The source nulls for all six objects show no spatially resolved circumstellar emission. The upper limits in the source nulls represent different upper limits for warm habitable zone dust density in each system. In order to assess these dust density limits, we use a scaled solar zodiacal dust model based upon Kelsall et al. (1998).

The Kelsall et al. (1998) zodiacal dust model incorporates several components to model our solar system's inner dust, including a "smooth cloud" component as well as several dusty asteroid rings. For the purpose of this analysis we consider only the smooth cloud component, which dominates the detectable dust. This component is an optically thin cloud with a power-law fall-off in density with increasing separation from the star and a dependence of r^−1.3. Additionally, the cloud has a vertical density profile which decreases exponentially with increasing height from the midplane (Kelsall et al. 1998, Equations 6 and 7). For our model, we set the inner boundary of the cloud at the dust sublimation radius and the outer boundary at 10 AU, outside the 10 μm emitting region for our objects.

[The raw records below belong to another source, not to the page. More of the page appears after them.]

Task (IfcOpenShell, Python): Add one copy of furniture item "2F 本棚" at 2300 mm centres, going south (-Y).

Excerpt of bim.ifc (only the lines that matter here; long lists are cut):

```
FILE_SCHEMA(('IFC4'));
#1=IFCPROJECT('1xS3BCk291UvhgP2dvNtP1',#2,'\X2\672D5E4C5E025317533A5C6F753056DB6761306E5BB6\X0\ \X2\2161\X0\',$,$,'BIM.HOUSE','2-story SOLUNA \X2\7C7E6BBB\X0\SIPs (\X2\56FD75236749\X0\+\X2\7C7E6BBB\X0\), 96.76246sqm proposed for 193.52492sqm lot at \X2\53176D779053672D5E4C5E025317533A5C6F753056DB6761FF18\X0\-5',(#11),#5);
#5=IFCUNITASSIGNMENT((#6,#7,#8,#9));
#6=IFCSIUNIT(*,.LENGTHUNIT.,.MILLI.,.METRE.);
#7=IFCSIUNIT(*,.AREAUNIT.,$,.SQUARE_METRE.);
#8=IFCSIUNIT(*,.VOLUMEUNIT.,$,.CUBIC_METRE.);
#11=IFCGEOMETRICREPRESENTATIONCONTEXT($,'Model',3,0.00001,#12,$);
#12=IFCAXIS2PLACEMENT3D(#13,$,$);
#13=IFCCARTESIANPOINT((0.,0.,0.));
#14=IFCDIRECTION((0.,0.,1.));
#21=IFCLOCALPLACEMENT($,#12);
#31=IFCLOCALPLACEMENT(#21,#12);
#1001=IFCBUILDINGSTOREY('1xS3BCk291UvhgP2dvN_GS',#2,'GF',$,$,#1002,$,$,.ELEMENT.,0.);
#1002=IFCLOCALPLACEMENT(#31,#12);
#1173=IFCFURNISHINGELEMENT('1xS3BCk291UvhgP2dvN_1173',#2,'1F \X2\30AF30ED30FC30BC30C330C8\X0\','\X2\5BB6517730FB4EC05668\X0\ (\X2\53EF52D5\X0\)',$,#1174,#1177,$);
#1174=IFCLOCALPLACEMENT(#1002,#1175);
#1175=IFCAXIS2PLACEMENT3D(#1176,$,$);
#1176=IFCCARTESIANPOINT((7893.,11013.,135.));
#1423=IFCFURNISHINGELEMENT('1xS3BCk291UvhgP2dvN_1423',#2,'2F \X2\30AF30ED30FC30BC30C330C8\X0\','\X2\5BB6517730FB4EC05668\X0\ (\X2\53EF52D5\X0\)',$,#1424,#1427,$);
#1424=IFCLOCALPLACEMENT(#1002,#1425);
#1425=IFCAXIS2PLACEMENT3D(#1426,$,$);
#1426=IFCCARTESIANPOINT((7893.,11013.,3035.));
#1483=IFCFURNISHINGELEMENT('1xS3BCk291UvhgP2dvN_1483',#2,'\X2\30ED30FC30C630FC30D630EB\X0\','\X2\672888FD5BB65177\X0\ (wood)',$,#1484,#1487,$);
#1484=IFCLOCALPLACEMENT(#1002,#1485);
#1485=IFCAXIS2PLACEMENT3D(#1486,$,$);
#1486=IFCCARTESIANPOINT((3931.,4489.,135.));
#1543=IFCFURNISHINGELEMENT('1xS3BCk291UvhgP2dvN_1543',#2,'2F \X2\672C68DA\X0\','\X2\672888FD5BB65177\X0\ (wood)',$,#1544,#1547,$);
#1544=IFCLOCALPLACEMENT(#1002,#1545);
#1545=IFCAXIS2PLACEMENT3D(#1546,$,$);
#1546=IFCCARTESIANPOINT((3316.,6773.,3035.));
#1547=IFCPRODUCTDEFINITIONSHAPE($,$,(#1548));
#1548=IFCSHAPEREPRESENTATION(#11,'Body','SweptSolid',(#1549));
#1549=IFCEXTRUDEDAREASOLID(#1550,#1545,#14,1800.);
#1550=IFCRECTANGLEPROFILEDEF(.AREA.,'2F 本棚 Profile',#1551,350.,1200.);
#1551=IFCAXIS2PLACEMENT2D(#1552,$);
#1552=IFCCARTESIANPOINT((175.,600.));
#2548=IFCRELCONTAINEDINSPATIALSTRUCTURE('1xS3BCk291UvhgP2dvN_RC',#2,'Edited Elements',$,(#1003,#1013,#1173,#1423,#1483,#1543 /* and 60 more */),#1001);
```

```python
import numpy as np
import ifcopenshell
import ifcopenshell.api.geometry
import ifcopenshell.api.root
import ifcopenshell.util.element
import ifcopenshell.util.placement
import ifcopenshell.util.unit

model = ifcopenshell.open("bim.ifc")
unit_scale = ifcopenshell.util.unit.calculate_unit_scale(model)


def reuse_history(source, copy):
    """copy_class also copies each property set's owner history, people and application; keep the originals."""
    for rel in copy.IsDefinedBy:
        if rel.is_a("IfcRelDefinesByProperties") and (history := rel.RelatingPropertyDefinition.OwnerHistory):
            rel.RelatingPropertyDefinition.OwnerHistory = source.OwnerHistory
            ifcopenshell.util.element.remove_deep2(model, history)


source = model.by_id(1543)
base = ifcopenshell.util.placement.get_local_placement(source.ObjectPlacement)
step = np.array([0.0, -1.0, 0.0]) * 2.3 / unit_scale

for i in range(1, 2):
    copy = ifcopenshell.api.root.copy_class(model, product=source)
    copy.Representation = ifcopenshell.util.element.copy_deep(
        model, source.Representation, exclude=["IfcGeometricRepresentationContext", "IfcRepresentationMap"]
    )
    reuse_history(source, copy)
    matrix = base.copy()
    matrix[:3, 3] += i * step
    print("added at", matrix[:3, 3].round(3) + 0.0)
    ifcopenshell.api.geometry.edit_object_placement(model, product=copy, matrix=matrix, is_si=False)

model.write("bim-out.ifc")
```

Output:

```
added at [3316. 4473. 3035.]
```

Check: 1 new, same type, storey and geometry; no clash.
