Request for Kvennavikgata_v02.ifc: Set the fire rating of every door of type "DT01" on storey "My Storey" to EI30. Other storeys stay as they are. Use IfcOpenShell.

First a look at what the model holds.

```python
import ifcopenshell
import ifcopenshell.util.element

model = ifcopenshell.open("Kvennavikgata_v02.ifc")
print(model.schema)
storey = next(s for s in model.by_type("IfcBuildingStorey") if s.Name == "My Storey")
doors = [e for e in ifcopenshell.util.element.get_decomposition(storey) if e.is_a("IfcDoor")]
seen = {}
for e in doors:
    element_type = ifcopenshell.util.element.get_type(e)
    key = (element_type.Name if element_type != e and element_type else None, ifcopenshell.util.element.get_pset(e, "Pset_DoorCommon", "FireRating"))
    seen[key] = seen.get(key, 0) + 1
for (name, value), count in sorted(seen.items(), key=str):
    print(count, "x", name, "|", value)
```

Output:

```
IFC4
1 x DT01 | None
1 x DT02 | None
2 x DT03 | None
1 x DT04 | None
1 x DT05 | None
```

```python
import ifcopenshell
import ifcopenshell.api.pset
import ifcopenshell.util.element

model = ifcopenshell.open("Kvennavikgata_v02.ifc")

storey = next(s for s in model.by_type("IfcBuildingStorey") if s.Name == "My Storey")
doors = [e for e in ifcopenshell.util.element.get_decomposition(storey) if e.is_a("IfcDoor")]

count = 0
for e in doors:
    element_type = ifcopenshell.util.element.get_type(e)
    if element_type in (None, e) or element_type.Name != "DT01":
        continue
    # add_pset returns the element's existing set when there is one.
    pset = ifcopenshell.api.pset.add_pset(model, product=e, name="Pset_DoorCommon")
    ifcopenshell.api.pset.edit_pset(model, pset=pset, properties={"FireRating": "EI30"})
    count += 1

print(count, "doors updated")

model.write("Kvennavikgata_v02-out.ifc")
```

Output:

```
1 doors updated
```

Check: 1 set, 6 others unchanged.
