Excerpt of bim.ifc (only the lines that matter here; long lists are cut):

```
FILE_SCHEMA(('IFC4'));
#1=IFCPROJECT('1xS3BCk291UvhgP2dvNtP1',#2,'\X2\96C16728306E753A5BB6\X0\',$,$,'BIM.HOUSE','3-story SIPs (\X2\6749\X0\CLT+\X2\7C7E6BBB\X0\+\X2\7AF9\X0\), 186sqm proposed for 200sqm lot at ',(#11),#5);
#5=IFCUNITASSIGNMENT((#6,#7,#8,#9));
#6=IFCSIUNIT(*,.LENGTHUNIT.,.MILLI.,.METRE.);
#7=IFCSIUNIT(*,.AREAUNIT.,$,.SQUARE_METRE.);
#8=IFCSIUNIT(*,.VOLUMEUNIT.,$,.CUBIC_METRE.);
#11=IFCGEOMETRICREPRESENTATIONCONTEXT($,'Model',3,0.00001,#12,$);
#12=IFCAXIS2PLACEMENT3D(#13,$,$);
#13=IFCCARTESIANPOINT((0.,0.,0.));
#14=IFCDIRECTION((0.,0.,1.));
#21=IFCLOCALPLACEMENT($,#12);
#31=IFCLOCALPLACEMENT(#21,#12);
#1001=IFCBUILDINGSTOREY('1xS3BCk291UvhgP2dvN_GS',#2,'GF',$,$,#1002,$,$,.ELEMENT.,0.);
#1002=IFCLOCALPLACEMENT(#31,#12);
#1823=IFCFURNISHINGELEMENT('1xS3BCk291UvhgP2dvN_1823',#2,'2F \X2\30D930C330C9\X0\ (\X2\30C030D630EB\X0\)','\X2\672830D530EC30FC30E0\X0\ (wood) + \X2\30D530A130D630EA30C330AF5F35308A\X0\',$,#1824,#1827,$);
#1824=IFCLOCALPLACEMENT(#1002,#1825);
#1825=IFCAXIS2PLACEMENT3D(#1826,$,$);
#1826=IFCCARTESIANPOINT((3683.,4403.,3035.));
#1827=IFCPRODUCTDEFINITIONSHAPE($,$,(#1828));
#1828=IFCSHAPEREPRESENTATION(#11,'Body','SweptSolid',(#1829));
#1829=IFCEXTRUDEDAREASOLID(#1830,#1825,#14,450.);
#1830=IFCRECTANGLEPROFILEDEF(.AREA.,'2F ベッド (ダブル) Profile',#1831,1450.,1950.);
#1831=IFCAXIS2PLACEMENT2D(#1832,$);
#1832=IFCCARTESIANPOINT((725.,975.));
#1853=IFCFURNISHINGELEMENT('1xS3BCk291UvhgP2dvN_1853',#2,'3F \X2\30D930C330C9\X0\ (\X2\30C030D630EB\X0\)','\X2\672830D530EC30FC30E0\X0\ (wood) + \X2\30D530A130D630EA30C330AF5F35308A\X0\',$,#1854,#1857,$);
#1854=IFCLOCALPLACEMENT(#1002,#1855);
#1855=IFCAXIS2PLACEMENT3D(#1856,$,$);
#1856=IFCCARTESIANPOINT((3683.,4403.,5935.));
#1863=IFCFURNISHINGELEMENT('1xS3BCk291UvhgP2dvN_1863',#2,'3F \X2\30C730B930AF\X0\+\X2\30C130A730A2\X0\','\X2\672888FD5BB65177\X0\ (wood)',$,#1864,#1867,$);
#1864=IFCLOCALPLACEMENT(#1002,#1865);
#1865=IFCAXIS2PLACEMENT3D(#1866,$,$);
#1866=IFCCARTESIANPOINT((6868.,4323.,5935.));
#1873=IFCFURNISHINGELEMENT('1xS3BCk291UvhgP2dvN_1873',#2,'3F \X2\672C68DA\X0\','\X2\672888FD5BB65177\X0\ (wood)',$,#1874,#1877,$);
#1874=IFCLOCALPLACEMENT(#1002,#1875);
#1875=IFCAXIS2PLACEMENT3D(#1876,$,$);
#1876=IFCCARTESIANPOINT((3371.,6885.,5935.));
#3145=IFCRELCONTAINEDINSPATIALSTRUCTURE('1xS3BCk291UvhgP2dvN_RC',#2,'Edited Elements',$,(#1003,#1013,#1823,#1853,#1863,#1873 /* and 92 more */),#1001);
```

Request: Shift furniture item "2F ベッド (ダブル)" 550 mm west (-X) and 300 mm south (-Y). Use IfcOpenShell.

```python
import ifcopenshell
import ifcopenshell.api.geometry
import ifcopenshell.util.placement
import ifcopenshell.util.unit

model = ifcopenshell.open("bim.ifc")
unit_scale = ifcopenshell.util.unit.calculate_unit_scale(model)

item = model.by_guid("1xS3BCk291UvhgP2dvN_1823")
matrix = ifcopenshell.util.placement.get_local_placement(item.ObjectPlacement)
matrix[0, 3] -= 0.55 / unit_scale
matrix[1, 3] -= 0.3 / unit_scale
ifcopenshell.api.geometry.edit_object_placement(model, product=item, matrix=matrix, is_si=False)

print(ifcopenshell.util.placement.get_local_placement(item.ObjectPlacement).round(3) + 0.0)

model.write("bim_v2.ifc")
```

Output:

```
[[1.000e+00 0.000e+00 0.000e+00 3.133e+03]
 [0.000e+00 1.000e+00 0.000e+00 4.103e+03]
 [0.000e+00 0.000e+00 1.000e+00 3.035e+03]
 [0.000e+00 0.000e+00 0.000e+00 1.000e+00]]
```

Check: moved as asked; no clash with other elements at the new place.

This model was used to predict the flux from an exozodiacal cloud surrounding each star and convolved with the transmission function of the nulling interferometer in order to simulate the observed null. Stellar parameters (e.g., M_*, R_*, L_*) adopted for each star were taken to be the typical values for each spectral type, as listed in Cox (2000). Values for the stellar fluxes were adopted to be the color-corrected IRAS 12 μm fluxes (Backman & Paresce 1993). The density of the exozodiacal cloud in the model was varied in order to match the output to the actual observed nulls. For the upper limits in source null we use a 3σ limit; for stars with more than one method used for deriving the null, we use the larger of the two errors. Once a limit on the density was calculated for each star, this was converted to a dust mass. The density limit for each star was converted to an effective emitting area using a value for the solar zodiacal cloud of 1 Zody ≈10²¹ cm² multiplied by the factor for the density limit determined using the Kelsall et al. (1998) model described above. For the size distribution of grains, we adopt a power-law dependence of

$$\begin{equation} n(a)da = n_{o}a^{-p}, \end{equation} \tag{ 3 }$$

where n is the number of grains of a given radius a, and p is 3.5 (Mathis et al. 1977; Greenberg & Nolan 1989). The lower limit for grain size was taken to be the blowout size for grains surrounding the A-type stars (Artymowicz 1988),

$$\begin{equation} a_{\rm min} = 3L_{*}Q_{\rm pr}/16\pi M_{*}c\rho, \end{equation} \tag{ 4 }$$

where Q_pr ≈ 1 and ρ is the density of grain material, taken to be 2.5 g cm⁻³ (Grun et al. 1985). For the later type stars, the minimum grain size was taken to be 1 μm to provide a conservative estimate of the upper limit for dust mass. The maximum grain size used in the calculation of dust mass was 1000 μm. Thus, the masses derived can be considered as the upper limit for the total mass found in grains smaller than 1 mm. The derived values for the total disk mass depend on the largest size of grain (or planetesimal) considered. If the size of the largest object is increased by a factor of 10⁶ to 1 km; the total mass will increase by a factor of about 10³. The total emitting surface area remains roughly the same. In other words, the total surface area of debris is dominated by small grains, but the total mass is dominated by the largest bodies. Values for the dust density, blowout size, and dust mass can be found in Table 4. We find the 3σ source null upper limits generally correspond to densities of 10³ to 10⁴ Zody and dust masses on the order of 10⁻⁶ M_⊕.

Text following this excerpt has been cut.